Missing Values, New England Cases, and Mobility: Missing values in location of residence variables and metropolitan statistical area codes are associated with respondents who are in the active military forces or who are living abroad or in a U.S. territory. Users should be aware that, because the New England County Metropolitan Area (NECMA) codes are not comparable to metropolitan statistical areas from the remainder of the country, New England cases are eliminated from some of the procedures used to construct the Geocode files.

The review and hand-editing process has been periodically revised to improve the accuracy of the data and the efficiency of data production. The potential implications for effects on mobility rates between some years due to these changes have been noted in Appendix 10: Geocode Documentation. Users should read Appendix 10 carefully to gain a better understanding of the issues outlined above and their implications for specific research endeavors.

Comparison to Other NLS Cohorts: Data on the respondent's area of residence are available for all cohorts. Geographic residence information for those NLSY79 children who resided with their mother can be inferred from the residence data of their mothers. The NLSY97 main created variables indicate whether the respondent lives in an urban or rural area, whether the respondent lives in a Metropolitan Statistical Area, and in which Census region the respondent resides.  More detailed information is available on the restricted-use Geocode CD. Region of residence and geographic mobility of Original Cohort respondents are provided for most survey years. Geographic data for NLSY79 respondents fall into two categories: information on the main public file and more detailed information released on a restricted-access geocode CD.  

Survey Instruments and Documentation Data on residence at birth and at age 14, as well as the 1979-82 present/most recent residence series, were collected using questions found within Section 1 ("Family Background" and "On Family") of the 1979, 1980, and 1982 questionnaires.
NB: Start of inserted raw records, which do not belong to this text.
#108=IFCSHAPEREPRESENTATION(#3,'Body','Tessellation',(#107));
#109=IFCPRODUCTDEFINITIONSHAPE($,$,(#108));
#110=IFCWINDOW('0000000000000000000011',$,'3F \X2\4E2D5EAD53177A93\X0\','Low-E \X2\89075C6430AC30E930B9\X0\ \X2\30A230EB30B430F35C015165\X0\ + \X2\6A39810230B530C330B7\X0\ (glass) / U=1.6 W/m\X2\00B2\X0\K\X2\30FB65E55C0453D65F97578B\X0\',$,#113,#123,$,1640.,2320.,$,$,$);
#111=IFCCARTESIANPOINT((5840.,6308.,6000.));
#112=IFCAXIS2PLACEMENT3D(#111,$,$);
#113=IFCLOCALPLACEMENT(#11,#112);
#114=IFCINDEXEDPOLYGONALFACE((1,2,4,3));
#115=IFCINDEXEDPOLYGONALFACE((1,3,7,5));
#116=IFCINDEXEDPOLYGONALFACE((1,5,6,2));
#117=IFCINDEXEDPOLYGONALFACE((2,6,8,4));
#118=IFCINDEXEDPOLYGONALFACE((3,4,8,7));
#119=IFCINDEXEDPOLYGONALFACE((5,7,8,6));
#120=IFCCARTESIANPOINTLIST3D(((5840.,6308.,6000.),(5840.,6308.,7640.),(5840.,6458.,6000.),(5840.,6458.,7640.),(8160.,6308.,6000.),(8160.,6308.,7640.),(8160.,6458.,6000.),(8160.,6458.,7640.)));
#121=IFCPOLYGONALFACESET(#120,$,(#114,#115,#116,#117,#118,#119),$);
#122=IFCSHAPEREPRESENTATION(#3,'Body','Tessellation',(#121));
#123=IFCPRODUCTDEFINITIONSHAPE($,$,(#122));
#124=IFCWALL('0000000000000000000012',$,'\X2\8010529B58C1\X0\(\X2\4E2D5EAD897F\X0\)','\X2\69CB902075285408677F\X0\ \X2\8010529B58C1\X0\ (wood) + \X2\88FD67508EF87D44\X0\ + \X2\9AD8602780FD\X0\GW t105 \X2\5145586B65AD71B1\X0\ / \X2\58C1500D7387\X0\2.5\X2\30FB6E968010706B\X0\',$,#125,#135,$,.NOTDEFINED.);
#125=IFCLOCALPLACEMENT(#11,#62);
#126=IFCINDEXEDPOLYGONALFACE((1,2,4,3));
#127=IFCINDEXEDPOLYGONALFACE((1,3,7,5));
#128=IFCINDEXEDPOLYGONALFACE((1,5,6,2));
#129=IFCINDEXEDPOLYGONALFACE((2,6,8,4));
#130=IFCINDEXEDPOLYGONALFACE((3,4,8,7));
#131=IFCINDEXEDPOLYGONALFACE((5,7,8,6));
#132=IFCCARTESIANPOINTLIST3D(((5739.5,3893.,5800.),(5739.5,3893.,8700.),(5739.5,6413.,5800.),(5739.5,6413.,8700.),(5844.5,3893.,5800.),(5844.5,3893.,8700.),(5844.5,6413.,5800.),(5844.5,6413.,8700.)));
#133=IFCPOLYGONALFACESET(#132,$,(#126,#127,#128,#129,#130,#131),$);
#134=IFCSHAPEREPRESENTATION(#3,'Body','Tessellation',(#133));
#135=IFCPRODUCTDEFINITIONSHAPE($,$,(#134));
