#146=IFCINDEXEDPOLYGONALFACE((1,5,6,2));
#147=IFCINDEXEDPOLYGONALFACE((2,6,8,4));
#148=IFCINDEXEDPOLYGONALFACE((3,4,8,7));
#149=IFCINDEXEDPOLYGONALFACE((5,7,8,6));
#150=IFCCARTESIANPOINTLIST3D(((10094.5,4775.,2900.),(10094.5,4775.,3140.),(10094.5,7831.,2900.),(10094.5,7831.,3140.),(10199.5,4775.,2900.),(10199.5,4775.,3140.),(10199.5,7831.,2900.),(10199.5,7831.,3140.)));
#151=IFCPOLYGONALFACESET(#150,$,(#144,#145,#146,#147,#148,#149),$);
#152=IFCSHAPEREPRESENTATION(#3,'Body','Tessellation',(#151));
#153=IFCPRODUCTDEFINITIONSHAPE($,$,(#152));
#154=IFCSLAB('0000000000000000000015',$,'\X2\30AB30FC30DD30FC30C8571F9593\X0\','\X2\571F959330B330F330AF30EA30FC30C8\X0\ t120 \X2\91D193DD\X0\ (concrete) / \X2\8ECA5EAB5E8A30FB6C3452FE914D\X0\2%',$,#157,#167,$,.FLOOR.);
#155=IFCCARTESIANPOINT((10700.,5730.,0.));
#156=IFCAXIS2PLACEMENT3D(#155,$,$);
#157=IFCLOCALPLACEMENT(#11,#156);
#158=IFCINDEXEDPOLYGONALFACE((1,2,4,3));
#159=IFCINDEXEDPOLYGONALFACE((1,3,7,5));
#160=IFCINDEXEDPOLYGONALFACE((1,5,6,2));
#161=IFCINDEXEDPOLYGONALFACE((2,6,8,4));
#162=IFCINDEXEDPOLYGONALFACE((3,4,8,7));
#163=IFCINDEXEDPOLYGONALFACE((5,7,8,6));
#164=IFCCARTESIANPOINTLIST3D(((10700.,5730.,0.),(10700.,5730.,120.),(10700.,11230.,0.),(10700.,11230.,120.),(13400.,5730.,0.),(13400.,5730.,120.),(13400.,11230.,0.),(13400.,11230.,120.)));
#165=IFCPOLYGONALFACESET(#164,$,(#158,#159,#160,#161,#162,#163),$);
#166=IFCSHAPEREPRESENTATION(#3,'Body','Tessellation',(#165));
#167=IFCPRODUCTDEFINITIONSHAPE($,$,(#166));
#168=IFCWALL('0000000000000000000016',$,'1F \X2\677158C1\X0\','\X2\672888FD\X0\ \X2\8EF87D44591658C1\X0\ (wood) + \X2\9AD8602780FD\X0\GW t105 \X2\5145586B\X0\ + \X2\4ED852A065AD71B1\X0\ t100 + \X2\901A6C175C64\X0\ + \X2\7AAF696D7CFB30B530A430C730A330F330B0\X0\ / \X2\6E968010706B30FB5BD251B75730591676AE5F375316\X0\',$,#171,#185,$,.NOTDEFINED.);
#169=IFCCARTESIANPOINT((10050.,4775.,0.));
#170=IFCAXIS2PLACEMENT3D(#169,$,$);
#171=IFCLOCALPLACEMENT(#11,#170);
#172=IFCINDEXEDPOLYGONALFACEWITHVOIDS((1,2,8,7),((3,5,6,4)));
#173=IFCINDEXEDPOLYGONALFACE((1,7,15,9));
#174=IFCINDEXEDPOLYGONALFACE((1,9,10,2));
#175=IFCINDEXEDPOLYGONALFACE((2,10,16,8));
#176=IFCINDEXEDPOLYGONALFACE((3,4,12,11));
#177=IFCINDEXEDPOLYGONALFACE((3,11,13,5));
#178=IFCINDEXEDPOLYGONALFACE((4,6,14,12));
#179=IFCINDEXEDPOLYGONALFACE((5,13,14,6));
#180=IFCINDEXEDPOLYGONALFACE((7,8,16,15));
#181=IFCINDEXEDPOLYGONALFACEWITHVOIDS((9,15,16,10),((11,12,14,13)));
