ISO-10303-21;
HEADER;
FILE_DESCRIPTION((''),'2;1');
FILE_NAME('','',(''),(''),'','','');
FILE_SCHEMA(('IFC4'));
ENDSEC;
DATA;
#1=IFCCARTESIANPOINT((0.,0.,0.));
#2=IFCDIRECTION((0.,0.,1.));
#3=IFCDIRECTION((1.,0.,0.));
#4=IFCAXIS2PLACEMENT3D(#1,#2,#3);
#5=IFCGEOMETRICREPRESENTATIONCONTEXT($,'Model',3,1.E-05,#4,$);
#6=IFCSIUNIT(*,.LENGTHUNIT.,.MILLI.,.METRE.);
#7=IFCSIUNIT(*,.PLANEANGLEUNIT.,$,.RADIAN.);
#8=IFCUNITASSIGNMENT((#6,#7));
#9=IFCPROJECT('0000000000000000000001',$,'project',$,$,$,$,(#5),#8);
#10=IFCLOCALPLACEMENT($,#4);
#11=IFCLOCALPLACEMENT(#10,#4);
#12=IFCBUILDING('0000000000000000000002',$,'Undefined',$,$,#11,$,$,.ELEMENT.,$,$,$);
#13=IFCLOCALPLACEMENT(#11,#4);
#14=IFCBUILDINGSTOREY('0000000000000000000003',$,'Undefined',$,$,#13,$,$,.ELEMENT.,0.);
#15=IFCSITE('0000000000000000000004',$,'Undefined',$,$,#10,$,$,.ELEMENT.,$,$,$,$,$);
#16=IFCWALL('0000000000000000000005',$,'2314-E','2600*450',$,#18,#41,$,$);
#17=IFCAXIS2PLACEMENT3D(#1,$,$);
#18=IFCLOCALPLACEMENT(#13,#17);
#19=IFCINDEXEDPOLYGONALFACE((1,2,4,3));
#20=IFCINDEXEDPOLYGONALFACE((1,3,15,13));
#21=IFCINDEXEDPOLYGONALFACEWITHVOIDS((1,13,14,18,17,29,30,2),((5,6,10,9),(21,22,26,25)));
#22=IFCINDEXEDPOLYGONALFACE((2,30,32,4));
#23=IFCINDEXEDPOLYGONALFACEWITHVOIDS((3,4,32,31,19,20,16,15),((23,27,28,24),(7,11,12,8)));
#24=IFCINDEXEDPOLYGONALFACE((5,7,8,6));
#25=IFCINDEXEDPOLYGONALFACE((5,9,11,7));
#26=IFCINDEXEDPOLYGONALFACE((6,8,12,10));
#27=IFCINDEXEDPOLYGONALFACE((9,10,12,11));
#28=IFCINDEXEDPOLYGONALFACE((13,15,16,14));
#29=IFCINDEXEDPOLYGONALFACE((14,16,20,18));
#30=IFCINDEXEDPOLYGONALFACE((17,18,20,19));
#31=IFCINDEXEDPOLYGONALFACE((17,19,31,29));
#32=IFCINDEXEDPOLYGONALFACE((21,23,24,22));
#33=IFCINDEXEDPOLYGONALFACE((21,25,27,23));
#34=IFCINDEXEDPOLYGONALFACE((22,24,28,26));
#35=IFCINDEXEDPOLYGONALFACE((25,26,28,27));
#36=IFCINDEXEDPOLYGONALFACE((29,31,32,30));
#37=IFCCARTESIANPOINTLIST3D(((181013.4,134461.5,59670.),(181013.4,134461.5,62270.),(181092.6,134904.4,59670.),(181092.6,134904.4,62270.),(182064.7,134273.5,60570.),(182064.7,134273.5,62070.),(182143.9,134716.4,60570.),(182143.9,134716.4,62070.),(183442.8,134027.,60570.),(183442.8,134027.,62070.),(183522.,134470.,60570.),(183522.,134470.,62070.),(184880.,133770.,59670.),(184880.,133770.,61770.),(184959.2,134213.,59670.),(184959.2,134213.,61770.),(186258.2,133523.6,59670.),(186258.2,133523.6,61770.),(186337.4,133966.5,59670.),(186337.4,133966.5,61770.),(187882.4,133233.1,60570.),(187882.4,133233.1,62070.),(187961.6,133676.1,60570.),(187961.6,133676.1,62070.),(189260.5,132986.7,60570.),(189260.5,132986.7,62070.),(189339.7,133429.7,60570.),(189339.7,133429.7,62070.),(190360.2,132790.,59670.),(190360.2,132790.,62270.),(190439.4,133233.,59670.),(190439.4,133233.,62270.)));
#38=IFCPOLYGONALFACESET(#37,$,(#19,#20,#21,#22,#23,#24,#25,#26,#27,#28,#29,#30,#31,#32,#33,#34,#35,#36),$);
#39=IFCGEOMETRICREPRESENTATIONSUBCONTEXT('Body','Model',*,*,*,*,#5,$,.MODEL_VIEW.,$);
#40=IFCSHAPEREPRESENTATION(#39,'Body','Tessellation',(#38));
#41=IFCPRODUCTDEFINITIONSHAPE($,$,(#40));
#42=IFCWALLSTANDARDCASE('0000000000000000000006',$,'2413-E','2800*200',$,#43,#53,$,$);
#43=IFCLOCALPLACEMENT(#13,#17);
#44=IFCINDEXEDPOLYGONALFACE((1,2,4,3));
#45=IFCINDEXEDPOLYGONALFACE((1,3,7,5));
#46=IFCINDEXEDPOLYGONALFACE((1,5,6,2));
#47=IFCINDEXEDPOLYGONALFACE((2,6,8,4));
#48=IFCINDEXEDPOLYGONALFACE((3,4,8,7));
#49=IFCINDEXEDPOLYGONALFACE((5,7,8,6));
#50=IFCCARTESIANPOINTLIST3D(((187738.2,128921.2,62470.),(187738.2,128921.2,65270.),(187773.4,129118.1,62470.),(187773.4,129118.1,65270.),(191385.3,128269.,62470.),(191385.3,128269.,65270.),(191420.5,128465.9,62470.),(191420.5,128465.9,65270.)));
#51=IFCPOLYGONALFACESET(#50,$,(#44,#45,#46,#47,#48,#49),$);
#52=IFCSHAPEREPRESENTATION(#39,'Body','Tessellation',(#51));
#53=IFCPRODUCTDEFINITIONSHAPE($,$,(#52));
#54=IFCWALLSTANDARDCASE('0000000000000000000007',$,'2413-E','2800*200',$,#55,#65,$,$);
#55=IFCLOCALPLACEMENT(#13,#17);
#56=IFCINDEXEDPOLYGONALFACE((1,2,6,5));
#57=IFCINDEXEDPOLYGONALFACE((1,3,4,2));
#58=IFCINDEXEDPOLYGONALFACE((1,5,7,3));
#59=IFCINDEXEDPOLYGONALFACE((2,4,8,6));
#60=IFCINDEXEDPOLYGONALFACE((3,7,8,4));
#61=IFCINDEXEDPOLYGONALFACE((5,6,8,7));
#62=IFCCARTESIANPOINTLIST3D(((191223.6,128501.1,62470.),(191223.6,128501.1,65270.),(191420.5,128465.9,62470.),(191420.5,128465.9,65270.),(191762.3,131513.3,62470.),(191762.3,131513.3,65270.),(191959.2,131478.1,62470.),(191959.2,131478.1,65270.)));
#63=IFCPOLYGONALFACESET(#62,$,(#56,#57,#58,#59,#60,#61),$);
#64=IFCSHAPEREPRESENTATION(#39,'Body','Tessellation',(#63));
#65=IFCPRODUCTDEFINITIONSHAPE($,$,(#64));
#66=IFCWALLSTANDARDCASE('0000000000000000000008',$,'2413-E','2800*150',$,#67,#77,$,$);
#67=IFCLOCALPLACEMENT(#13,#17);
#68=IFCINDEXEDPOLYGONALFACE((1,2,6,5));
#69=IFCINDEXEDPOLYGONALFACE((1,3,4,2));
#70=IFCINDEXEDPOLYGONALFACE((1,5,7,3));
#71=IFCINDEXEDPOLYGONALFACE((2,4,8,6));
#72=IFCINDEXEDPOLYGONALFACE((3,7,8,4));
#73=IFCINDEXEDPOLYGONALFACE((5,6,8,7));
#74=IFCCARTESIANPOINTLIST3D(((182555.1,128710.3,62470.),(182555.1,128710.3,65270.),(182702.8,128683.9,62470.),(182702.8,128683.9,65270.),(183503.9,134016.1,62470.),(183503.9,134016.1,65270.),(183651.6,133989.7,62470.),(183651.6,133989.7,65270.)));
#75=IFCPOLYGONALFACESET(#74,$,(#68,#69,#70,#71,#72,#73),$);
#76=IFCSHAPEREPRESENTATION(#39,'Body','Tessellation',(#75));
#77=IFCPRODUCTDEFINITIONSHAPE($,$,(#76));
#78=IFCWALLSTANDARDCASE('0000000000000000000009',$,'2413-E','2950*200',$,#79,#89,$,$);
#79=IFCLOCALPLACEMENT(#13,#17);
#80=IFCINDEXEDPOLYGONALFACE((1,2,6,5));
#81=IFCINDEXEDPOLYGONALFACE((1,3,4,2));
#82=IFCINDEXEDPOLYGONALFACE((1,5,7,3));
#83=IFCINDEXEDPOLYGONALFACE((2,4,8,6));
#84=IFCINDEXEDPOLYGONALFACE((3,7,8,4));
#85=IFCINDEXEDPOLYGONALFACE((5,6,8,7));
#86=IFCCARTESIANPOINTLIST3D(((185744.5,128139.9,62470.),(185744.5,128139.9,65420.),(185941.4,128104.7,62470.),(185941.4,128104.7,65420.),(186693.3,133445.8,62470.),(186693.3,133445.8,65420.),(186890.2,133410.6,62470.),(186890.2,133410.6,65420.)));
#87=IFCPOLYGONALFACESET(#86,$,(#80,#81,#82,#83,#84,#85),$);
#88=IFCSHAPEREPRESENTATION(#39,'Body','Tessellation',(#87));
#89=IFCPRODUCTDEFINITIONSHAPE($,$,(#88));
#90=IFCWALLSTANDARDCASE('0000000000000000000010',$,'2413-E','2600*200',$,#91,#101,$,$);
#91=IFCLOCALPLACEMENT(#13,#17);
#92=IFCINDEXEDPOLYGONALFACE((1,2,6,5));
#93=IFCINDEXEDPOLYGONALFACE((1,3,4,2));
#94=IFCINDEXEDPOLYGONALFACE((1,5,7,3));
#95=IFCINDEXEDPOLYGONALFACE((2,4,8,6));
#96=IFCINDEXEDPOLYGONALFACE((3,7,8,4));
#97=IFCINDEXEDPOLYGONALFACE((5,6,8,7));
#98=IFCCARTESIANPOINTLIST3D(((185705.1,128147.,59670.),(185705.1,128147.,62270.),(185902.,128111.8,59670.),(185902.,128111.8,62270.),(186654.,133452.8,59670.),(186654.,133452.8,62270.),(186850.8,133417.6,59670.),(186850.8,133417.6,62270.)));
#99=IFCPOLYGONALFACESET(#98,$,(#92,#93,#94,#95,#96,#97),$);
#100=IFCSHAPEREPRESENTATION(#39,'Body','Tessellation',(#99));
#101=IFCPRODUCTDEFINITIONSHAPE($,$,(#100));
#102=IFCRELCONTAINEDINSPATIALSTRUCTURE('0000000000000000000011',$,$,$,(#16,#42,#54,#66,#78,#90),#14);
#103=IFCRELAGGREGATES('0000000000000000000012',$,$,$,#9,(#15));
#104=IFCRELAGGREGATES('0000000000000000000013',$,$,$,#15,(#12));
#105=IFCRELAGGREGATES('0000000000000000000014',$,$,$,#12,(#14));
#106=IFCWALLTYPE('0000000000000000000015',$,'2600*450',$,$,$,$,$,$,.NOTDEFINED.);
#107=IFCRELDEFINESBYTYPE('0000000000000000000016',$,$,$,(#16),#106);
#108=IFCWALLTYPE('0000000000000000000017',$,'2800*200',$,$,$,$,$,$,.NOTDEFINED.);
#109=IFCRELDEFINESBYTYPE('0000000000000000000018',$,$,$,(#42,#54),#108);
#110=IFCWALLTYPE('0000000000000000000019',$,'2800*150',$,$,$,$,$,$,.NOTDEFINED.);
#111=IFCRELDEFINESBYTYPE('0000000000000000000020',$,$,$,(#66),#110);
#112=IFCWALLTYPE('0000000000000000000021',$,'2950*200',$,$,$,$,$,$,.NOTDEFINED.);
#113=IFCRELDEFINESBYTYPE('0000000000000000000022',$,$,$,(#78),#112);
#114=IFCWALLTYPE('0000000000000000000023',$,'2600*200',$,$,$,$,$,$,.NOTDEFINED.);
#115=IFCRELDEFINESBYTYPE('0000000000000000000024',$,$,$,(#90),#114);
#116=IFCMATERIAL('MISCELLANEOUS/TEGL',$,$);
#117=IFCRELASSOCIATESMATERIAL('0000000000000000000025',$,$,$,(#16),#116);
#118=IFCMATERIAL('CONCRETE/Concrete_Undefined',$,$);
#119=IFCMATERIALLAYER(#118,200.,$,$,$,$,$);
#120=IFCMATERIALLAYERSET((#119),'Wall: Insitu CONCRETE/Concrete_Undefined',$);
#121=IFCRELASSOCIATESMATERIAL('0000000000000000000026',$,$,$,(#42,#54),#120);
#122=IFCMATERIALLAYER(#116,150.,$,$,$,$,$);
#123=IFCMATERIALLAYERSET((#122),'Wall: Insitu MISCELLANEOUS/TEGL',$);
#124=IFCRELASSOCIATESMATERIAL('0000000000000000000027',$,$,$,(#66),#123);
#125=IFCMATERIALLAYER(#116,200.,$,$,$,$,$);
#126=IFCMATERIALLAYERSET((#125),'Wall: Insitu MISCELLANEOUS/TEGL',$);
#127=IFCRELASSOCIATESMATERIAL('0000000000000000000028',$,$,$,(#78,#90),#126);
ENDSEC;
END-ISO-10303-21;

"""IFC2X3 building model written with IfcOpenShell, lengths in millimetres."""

from ifc_helpers import new_model, si_unit, frame, frame_2d, origin_with_axes, place, context, subcontext, project, spatial, rectangle, extrude, boolean, material, layer, layer_set, layer_usage, type_object, element, save


model = new_model("IFC2X3")

# Units and contexts
model_context = context("Model", 3, precision=1e-05, world=origin_with_axes())
body_context = subcontext(model_context, "Body", "Model", "MODEL_VIEW")
ifc_project = project(units=[si_unit("LENGTHUNIT", "METRE", prefix="MILLI"), si_unit("PLANEANGLEUNIT", "RADIAN")], contexts=[model_context])

# Site, building, storey
site_placement = place(None, origin_with_axes())
site = spatial("IfcSite", under=ifc_project, at=site_placement, Name="Undefined", CompositionType="ELEMENT")
building_placement = place(site_placement, origin_with_axes())
building = spatial("IfcBuilding", under=site, at=building_placement, Name="Undefined", CompositionType="ELEMENT")
storey_placement = place(building_placement, origin_with_axes())
storey = spatial("IfcBuildingStorey", under=building, at=storey_placement, Name="Undefined", CompositionType="ELEMENT", Elevation=0.0)

# Walls
ifc_material_1 = material(Name="MISCELLANEOUS/TEGL")
wall_type_1 = type_object("IfcWallType", Name="2600*450", PredefinedType="NOTDEFINED")
wall_1_placement = place(storey_placement, frame((181053.0, 134682.9, 59670.0), z_axis=(0.0, 0.0, 1.0), x_axis=(0.984385, -0.176032, 0.0)))
element("IfcWall", 1, at=wall_1_placement, inside=storey, type_object=wall_type_1, material=ifc_material_1, Name="2314-E", Description="2600*450", context=body_context, shape_type="CSG", body=[
    boolean("DIFFERENCE", boolean("DIFFERENCE", boolean("DIFFERENCE", extrude(rectangle(XDim=9495.0, YDim=450.0, at=frame_2d((0.0, 4747.5), x_axis=(0.0, -1.0))), frame((0.0, 0.0, 0.0), z_axis=(0.0, 0.0, 1.0), x_axis=(0.0, -1.0, 0.0)), (0.0, 0.0, 1.0), 2600.0), extrude(rectangle(XDim=1400.0, YDim=450.0, at=frame_2d((0.0, 700.0), x_axis=(0.0, -1.0))), frame((1067.9, 0.0, 900.0), z_axis=(0.0, 0.0, 1.0), x_axis=(0.0, -1.0, 0.0)), (0.0, 0.0, 1.0), 1500.0)), extrude(rectangle(XDim=1400.0, YDim=450.0, at=frame_2d((0.0, 700.0), x_axis=(0.0, -1.0))), frame((3927.9, 0.0, 0.0), z_axis=(0.0, 0.0, 1.0), x_axis=(0.0, -1.0, 0.0)), (0.0, 0.0, 1.0), 2100.0)), extrude(rectangle(XDim=1400.0, YDim=450.0, at=frame_2d((0.0, 700.0), x_axis=(0.0, -1.0))), frame((6977.9, 0.0, 900.0), z_axis=(0.0, 0.0, 1.0), x_axis=(0.0, -1.0, 0.0)), (0.0, 0.0, 1.0), 1500.0)),
])
ifc_material_2 = material(Name="CONCRETE/Concrete_Undefined")
ifc_layer_1 = layer(ifc_material_2, 200.0)
ifc_layer_set_1 = layer_set([ifc_layer_1], Name="Wall: Insitu CONCRETE/Concrete_Undefined")
ifc_layer_usage_1 = layer_usage(ifc_layer_set_1, "AXIS2", "POSITIVE", -100.0)
wall_type_2 = type_object("IfcWallType", Name="2800*200", PredefinedType="NOTDEFINED")
wall_2_placement = place(storey_placement, frame((187755.8, 129019.6, 62470.0), z_axis=(0.0, 0.0, 1.0), x_axis=(0.984385, -0.176032, 0.0)))
element("IfcWallStandardCase", 2, at=wall_2_placement, inside=storey, type_object=wall_type_2, material=ifc_layer_usage_1, Name="2413-E", Description="2800*200", context=body_context, shape_type="SweptSolid", body=[
    extrude(rectangle(XDim=3705.0, YDim=200.0, at=frame_2d((0.0, 1852.5), x_axis=(0.0, -1.0))), frame((0.0, 0.0, 0.0), z_axis=(0.0, 0.0, 1.0), x_axis=(0.0, -1.0, 0.0)), (0.0, 0.0, 1.0), 2800.0),
])
ifc_layer_usage_2 = layer_usage(ifc_layer_set_1, "AXIS2", "POSITIVE", -100.0)
wall_3_placement = place(storey_placement, frame((191860.7, 131495.7, 62470.0), z_axis=(0.0, 0.0, 1.0), x_axis=(-0.176033, -0.984384, 0.0)))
All other variables are created from or determined by the geographic information provided by each NLSY79 respondent within the locator section of the questionnaire or from the interviewing Face Sheet or internal NORC locating files. Several attachments and appendices in the NLSY79 Codebook Supplement and/or the NLSY79 Geocode Codebook Supplement offer creation procedure information and coding systems for the geographic residence variables. The following are relevant to the Geocode:

Areas of Interest Residence variables can be found within the "Family Background," "Key Variables," "Geocode xxxx," or "Misc. xxxx" areas of interest; the table above specifies the particular areas of interest for each variable. All environmental variables, including the 'Unemployment Rate for the Labor Market of Current Residence,' are present on the restricted release "Geocode xxxx" areas of interest on the Geocode CD.